● Work to be completed
The answer must be every line of the records below that contains the word "entity".

[Stored entries]
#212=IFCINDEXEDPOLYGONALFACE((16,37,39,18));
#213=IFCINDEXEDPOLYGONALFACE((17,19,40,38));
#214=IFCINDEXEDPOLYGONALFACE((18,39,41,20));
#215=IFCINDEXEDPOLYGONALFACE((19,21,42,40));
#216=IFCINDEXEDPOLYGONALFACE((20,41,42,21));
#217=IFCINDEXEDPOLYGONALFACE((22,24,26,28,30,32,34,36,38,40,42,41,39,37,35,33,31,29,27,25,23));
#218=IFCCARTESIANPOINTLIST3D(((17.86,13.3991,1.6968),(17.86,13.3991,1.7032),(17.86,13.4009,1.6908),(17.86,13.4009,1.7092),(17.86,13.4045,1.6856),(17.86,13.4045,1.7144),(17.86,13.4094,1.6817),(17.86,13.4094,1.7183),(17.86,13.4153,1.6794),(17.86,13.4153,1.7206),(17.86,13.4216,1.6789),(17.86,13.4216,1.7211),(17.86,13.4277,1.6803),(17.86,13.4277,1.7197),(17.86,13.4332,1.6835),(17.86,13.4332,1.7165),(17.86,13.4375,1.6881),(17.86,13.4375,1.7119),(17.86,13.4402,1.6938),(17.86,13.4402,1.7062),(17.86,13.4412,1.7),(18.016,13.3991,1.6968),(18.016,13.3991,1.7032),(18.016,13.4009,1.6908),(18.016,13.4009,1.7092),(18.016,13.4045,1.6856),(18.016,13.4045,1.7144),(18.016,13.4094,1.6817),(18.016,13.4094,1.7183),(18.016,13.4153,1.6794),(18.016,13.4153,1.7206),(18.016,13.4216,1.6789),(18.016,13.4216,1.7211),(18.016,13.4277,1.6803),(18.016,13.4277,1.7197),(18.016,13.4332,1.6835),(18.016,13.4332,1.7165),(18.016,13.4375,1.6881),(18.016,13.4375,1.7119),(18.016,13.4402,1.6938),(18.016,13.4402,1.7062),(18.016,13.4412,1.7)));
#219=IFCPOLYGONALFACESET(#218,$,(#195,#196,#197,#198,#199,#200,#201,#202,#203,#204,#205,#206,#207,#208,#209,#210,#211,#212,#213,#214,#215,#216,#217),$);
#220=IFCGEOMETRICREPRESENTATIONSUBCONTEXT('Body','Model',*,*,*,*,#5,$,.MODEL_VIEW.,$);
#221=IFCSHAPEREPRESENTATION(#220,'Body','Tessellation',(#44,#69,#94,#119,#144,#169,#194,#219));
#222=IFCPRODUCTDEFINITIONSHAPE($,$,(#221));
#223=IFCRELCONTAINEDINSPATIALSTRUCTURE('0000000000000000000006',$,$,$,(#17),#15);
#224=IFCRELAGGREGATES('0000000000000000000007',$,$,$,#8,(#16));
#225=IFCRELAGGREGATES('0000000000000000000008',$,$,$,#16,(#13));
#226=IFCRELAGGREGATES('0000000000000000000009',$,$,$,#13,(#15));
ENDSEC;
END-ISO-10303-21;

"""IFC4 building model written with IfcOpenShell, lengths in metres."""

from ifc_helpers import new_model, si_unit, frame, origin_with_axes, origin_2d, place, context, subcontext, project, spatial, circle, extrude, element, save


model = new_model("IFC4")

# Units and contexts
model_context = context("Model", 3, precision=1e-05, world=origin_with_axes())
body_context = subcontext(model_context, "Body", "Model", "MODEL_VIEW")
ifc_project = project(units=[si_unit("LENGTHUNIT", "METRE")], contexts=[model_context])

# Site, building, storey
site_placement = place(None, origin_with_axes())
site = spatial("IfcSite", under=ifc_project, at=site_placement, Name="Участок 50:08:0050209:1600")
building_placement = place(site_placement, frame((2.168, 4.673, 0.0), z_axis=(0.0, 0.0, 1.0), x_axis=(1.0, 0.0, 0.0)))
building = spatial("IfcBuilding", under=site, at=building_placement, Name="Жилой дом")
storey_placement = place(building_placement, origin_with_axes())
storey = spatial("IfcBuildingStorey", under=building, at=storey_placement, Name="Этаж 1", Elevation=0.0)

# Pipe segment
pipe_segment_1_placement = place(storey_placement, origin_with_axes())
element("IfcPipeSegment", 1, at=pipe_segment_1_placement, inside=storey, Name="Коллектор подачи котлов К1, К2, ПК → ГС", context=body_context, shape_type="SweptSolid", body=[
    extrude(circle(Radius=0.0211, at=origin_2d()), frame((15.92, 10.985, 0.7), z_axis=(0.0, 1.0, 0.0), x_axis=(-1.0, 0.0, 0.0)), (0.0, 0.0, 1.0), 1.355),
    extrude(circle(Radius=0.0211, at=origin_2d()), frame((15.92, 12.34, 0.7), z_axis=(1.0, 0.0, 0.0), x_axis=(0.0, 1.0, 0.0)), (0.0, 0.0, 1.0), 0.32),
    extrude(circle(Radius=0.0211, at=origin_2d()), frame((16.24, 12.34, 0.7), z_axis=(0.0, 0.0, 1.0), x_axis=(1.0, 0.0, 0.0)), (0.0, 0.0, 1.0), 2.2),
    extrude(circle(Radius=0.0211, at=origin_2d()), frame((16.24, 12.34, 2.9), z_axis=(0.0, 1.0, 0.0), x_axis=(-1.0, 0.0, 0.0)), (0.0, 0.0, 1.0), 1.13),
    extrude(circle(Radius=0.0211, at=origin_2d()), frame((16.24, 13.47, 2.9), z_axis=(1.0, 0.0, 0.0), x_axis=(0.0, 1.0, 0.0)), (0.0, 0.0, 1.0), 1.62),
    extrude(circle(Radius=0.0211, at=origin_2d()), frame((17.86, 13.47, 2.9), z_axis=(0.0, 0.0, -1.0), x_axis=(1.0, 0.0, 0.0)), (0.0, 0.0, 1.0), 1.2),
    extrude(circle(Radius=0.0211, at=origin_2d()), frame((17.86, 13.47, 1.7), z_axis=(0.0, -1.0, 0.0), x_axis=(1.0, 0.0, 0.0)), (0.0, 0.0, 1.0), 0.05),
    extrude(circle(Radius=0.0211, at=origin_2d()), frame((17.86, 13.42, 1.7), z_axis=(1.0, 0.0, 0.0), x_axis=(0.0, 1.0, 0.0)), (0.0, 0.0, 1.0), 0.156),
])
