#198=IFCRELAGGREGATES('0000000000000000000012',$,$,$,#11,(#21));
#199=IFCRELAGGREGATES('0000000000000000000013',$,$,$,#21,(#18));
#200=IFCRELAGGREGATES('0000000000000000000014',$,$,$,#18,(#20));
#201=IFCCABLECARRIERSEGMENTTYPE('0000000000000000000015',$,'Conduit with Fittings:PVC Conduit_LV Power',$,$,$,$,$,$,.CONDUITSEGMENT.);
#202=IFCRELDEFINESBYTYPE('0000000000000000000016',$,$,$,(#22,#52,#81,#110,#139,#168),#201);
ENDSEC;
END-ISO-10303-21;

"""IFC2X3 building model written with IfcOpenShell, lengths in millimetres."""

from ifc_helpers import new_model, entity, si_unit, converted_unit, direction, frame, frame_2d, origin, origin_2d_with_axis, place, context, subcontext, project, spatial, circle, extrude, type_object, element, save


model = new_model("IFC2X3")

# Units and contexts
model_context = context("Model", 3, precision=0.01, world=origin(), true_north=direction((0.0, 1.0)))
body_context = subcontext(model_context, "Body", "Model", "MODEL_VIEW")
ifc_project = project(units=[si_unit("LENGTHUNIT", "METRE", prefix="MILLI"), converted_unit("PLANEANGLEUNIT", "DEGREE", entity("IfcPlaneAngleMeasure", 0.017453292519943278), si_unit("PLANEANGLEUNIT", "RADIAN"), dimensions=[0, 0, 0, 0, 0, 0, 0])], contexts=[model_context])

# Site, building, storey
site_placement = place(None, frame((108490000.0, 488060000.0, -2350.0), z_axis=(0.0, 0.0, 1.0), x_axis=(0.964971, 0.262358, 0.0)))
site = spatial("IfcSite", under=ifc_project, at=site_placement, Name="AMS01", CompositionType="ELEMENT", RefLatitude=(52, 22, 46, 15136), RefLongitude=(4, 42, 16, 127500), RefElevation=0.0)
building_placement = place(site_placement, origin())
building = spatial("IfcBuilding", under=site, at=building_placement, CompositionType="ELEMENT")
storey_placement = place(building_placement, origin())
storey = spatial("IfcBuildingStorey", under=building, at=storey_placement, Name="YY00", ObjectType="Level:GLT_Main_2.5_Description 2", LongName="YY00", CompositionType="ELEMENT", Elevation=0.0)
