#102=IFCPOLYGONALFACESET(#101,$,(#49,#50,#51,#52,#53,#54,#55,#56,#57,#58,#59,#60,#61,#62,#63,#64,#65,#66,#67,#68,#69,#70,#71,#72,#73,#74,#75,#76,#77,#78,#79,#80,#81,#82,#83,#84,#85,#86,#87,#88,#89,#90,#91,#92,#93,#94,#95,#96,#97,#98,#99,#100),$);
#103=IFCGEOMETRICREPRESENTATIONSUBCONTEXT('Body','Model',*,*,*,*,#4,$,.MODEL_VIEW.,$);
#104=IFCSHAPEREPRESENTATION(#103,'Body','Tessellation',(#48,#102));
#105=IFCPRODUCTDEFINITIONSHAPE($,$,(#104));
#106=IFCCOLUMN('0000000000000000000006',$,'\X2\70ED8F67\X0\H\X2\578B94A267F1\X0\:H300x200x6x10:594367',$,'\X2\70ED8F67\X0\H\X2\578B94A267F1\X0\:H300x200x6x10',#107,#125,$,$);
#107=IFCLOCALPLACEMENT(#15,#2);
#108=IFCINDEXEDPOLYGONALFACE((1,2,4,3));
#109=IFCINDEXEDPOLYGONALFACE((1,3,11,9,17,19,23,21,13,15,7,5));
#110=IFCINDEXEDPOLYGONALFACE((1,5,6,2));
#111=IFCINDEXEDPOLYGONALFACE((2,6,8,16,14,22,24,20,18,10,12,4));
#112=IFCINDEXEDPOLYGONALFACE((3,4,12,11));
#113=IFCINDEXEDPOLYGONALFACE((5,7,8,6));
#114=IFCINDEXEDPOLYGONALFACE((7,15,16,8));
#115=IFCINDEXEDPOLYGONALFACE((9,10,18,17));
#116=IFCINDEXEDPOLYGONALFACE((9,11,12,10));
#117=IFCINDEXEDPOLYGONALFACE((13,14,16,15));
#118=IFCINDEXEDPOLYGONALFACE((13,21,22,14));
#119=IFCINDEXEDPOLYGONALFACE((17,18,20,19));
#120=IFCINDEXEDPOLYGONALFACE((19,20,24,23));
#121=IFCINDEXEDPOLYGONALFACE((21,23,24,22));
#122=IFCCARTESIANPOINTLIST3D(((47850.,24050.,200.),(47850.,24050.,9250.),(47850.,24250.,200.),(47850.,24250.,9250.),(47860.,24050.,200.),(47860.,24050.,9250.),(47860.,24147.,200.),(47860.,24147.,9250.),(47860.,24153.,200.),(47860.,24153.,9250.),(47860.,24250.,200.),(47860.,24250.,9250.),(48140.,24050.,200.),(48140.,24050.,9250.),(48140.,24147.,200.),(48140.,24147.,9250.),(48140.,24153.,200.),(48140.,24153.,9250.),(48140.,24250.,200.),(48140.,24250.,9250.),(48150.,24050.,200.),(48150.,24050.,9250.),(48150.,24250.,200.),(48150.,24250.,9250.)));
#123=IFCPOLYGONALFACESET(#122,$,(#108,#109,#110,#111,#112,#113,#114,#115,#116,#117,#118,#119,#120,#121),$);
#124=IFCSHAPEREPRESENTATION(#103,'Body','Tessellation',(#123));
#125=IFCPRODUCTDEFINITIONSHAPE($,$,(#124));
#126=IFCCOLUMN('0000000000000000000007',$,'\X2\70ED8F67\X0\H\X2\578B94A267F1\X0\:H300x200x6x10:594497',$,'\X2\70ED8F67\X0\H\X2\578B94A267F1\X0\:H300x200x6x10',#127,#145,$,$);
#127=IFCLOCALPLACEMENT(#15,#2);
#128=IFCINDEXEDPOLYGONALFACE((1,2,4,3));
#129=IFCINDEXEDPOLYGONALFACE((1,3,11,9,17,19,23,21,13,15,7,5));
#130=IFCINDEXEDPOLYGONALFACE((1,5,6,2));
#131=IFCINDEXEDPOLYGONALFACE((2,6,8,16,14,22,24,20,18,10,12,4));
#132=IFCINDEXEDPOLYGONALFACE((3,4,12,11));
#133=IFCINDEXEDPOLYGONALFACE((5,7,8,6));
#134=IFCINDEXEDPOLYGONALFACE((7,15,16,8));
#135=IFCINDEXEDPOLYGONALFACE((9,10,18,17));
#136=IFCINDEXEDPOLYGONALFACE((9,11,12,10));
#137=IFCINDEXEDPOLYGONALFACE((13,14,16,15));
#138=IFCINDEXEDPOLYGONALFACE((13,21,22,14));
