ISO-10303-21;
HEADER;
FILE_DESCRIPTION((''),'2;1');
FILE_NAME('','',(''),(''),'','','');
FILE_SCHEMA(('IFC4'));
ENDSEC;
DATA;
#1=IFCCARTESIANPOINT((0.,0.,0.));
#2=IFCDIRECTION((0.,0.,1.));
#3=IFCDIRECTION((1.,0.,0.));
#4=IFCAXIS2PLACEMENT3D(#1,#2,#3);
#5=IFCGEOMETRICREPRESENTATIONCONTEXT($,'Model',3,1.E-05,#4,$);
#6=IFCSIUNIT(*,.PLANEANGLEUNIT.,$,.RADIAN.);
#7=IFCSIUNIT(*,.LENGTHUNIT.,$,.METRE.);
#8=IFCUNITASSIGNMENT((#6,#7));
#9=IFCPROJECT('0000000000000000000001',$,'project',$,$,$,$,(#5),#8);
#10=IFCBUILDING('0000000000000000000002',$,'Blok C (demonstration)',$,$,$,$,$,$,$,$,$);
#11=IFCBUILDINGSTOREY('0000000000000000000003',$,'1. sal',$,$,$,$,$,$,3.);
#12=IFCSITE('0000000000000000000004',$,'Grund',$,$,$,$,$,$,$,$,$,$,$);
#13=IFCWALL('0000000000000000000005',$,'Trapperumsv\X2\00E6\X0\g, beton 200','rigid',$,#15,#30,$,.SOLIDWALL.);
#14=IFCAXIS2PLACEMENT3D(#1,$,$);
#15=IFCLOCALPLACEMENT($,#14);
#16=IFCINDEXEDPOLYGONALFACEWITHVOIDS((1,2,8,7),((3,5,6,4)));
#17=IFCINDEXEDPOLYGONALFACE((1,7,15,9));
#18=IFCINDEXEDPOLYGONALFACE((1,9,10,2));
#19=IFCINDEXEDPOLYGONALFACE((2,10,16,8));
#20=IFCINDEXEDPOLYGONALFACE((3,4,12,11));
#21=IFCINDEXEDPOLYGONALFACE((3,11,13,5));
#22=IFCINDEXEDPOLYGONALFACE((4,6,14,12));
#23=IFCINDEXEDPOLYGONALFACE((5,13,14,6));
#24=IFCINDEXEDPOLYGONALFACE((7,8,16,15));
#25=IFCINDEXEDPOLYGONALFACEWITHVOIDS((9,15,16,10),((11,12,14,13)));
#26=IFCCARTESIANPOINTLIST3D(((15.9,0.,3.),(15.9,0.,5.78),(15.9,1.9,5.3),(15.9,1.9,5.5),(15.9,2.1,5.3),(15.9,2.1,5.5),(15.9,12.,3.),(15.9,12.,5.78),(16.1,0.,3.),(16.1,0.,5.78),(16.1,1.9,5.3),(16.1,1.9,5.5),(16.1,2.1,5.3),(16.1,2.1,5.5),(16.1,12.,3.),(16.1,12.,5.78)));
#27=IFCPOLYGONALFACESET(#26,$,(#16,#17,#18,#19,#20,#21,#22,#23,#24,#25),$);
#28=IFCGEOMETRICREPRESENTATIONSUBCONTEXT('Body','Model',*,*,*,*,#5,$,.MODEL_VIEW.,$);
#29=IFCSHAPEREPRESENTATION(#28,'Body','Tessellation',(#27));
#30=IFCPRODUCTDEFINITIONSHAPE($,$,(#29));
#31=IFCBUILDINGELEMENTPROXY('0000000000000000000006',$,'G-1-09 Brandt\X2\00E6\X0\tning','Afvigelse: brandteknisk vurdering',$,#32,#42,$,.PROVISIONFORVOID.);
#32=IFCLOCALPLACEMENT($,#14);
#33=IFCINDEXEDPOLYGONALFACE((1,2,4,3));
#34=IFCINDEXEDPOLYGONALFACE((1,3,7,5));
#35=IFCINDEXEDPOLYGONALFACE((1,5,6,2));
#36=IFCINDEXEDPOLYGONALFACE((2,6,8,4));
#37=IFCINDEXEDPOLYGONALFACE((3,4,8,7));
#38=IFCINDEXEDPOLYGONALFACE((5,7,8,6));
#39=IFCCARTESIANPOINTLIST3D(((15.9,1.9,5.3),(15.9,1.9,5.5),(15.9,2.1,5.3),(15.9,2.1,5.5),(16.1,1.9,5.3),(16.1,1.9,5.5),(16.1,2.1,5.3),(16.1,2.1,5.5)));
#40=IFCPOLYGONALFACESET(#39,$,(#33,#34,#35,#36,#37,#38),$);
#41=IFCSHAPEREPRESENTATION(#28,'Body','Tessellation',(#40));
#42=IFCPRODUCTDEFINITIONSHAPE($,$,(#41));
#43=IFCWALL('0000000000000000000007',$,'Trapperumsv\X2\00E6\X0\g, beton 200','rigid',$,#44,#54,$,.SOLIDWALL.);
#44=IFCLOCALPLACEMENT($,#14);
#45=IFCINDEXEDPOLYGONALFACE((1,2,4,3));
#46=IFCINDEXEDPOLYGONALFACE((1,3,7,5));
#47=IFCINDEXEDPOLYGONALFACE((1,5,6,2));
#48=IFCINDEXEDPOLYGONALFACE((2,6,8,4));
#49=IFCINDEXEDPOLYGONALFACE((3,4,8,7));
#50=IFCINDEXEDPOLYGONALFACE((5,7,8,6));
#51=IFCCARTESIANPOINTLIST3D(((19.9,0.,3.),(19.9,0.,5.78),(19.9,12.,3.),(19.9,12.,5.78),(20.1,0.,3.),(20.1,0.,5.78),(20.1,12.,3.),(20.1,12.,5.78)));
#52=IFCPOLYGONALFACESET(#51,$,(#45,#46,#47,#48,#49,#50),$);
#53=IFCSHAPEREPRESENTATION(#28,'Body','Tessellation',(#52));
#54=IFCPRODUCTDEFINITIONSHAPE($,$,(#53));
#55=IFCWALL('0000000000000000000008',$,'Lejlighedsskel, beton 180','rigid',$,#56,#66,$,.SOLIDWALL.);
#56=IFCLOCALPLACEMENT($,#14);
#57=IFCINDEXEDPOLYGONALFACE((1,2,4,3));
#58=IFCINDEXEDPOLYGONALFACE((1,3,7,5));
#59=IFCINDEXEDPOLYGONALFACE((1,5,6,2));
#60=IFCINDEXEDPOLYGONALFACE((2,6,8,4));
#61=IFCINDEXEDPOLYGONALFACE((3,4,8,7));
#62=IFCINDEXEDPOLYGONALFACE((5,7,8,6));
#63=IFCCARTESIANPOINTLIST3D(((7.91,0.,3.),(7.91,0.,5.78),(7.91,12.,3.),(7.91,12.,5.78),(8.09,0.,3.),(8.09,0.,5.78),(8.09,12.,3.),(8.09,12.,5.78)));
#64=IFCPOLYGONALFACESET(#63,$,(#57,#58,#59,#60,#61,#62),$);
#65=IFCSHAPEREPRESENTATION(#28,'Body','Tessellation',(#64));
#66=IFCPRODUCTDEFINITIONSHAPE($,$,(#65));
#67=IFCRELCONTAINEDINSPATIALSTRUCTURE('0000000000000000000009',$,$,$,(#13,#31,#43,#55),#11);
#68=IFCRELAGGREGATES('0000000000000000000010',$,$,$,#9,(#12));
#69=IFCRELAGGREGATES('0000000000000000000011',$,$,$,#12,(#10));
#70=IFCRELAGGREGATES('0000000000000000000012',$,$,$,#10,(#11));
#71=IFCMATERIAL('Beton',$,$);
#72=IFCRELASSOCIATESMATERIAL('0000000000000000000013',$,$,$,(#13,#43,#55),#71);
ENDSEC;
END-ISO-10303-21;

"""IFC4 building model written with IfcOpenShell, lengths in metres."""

from ifc_helpers import new_model, si_unit, frame, origin_with_axes, place, context, subcontext, project, spatial, polyline, outline, extrude, material, element, fill, save


model = new_model("IFC4")

# Units and contexts
model_context = context("Model", 3, precision=1e-05, world=origin_with_axes())
body_context = subcontext(model_context, "Body", "Model", "MODEL_VIEW")
ifc_project = project(units=[si_unit("PLANEANGLEUNIT", "RADIAN"), si_unit("LENGTHUNIT", "METRE")], contexts=[model_context])

# Site, building, storey
site = spatial("IfcSite", under=ifc_project, Name="Grund")
building = spatial("IfcBuilding", under=site, Name="Blok C (demonstration)")
storey = spatial("IfcBuildingStorey", under=building, Name="1. sal", Elevation=3.0)

# Wall, opening, building element proxy
ifc_material_1 = material(Name="Beton")
wall_1_placement = place(None, origin_with_axes())
wall_1 = element("IfcWall", 1, at=wall_1_placement, inside=storey, material=ifc_material_1, Name="Trapperumsvæg, beton 200", Description="rigid", PredefinedType="SOLIDWALL", context=body_context, shape_type="SweptSolid", body=[
    extrude(outline(polyline([(15.9, 0.0), (16.1, 0.0), (16.1, 12.0), (15.9, 12.0), (15.9, 0.0)])), frame((0.0, 0.0, 3.0)), (0.0, 0.0, 1.0), 2.78),
])
opening_1_placement = place(wall_1_placement, origin_with_axes())
opening_1 = element("IfcOpeningElement", 2, at=opening_1_placement, cuts=wall_1, PredefinedType="OPENING", context=body_context, shape_type="SweptSolid", body=[
    extrude(outline(polyline([(15.88, 1.9), (16.12, 1.9), (16.12, 2.1), (15.88, 2.1), (15.88, 1.9)])), frame((0.0, 0.0, 5.3)), (0.0, 0.0, 1.0), 0.2),
])
proxy_1_placement = place(None, origin_with_axes())
proxy_1 = element("IfcBuildingElementProxy", 3, at=proxy_1_placement, inside=storey, Name="G-1-09 Brandtætning", Description="Afvigelse: brandteknisk vurdering", PredefinedType="PROVISIONFORVOID", context=body_context, shape_type="SweptSolid", body=[
    extrude(outline(polyline([(15.9, 1.9), (16.1, 1.9), (16.1, 2.1), (15.9, 2.1), (15.9, 1.9)])), frame((0.0, 0.0, 5.3)), (0.0, 0.0, 1.0), 0.2),
])
fill(opening_1, proxy_1)

# Walls
wall_2_placement = place(None, origin_with_axes())
element("IfcWall", 4, at=wall_2_placement, inside=storey, material=ifc_material_1, Name="Trapperumsvæg, beton 200", Description="rigid", PredefinedType="SOLIDWALL", context=body_context, shape_type="SweptSolid", body=[
    extrude(outline(polyline([(19.9, 0.0), (20.1, 0.0), (20.1, 12.0), (19.9, 12.0), (19.9, 0.0)])), frame((0.0, 0.0, 3.0)), (0.0, 0.0, 1.0), 2.78),
])
wall_3_placement = place(None, origin_with_axes())
element("IfcWall", 5, at=wall_3_placement, inside=storey, material=ifc_material_1, Name="Lejlighedsskel, beton 180", Description="rigid", PredefinedType="SOLIDWALL", context=body_context, shape_type="SweptSolid", body=[
    extrude(outline(polyline([(7.91, 0.0), (8.09, 0.0), (8.09, 12.0), (7.91, 12.0), (7.91, 0.0)])), frame((0.0, 0.0, 3.0)), (0.0, 0.0, 1.0), 2.78),
])

save(model, "model.ifc")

● Reply
from ifc_helpers import new_model, entity, si_unit, converted_unit, direction, frame, frame_2d, origin, origin_2d_with_axis, place, context, subcontext, project, spatial, circle, extrude, type_object, element, save
ifc_project = project(units=[si_unit("LENGTHUNIT", "METRE", prefix="MILLI"), converted_unit("PLANEANGLEUNIT", "DEGREE", entity("IfcPlaneAngleMeasure", 0.017453292519943278), si_unit("PLANEANGLEUNIT", "RADIAN"), dimensions=[0, 0, 0, 0, 0, 0, 0])], contexts=[model_context])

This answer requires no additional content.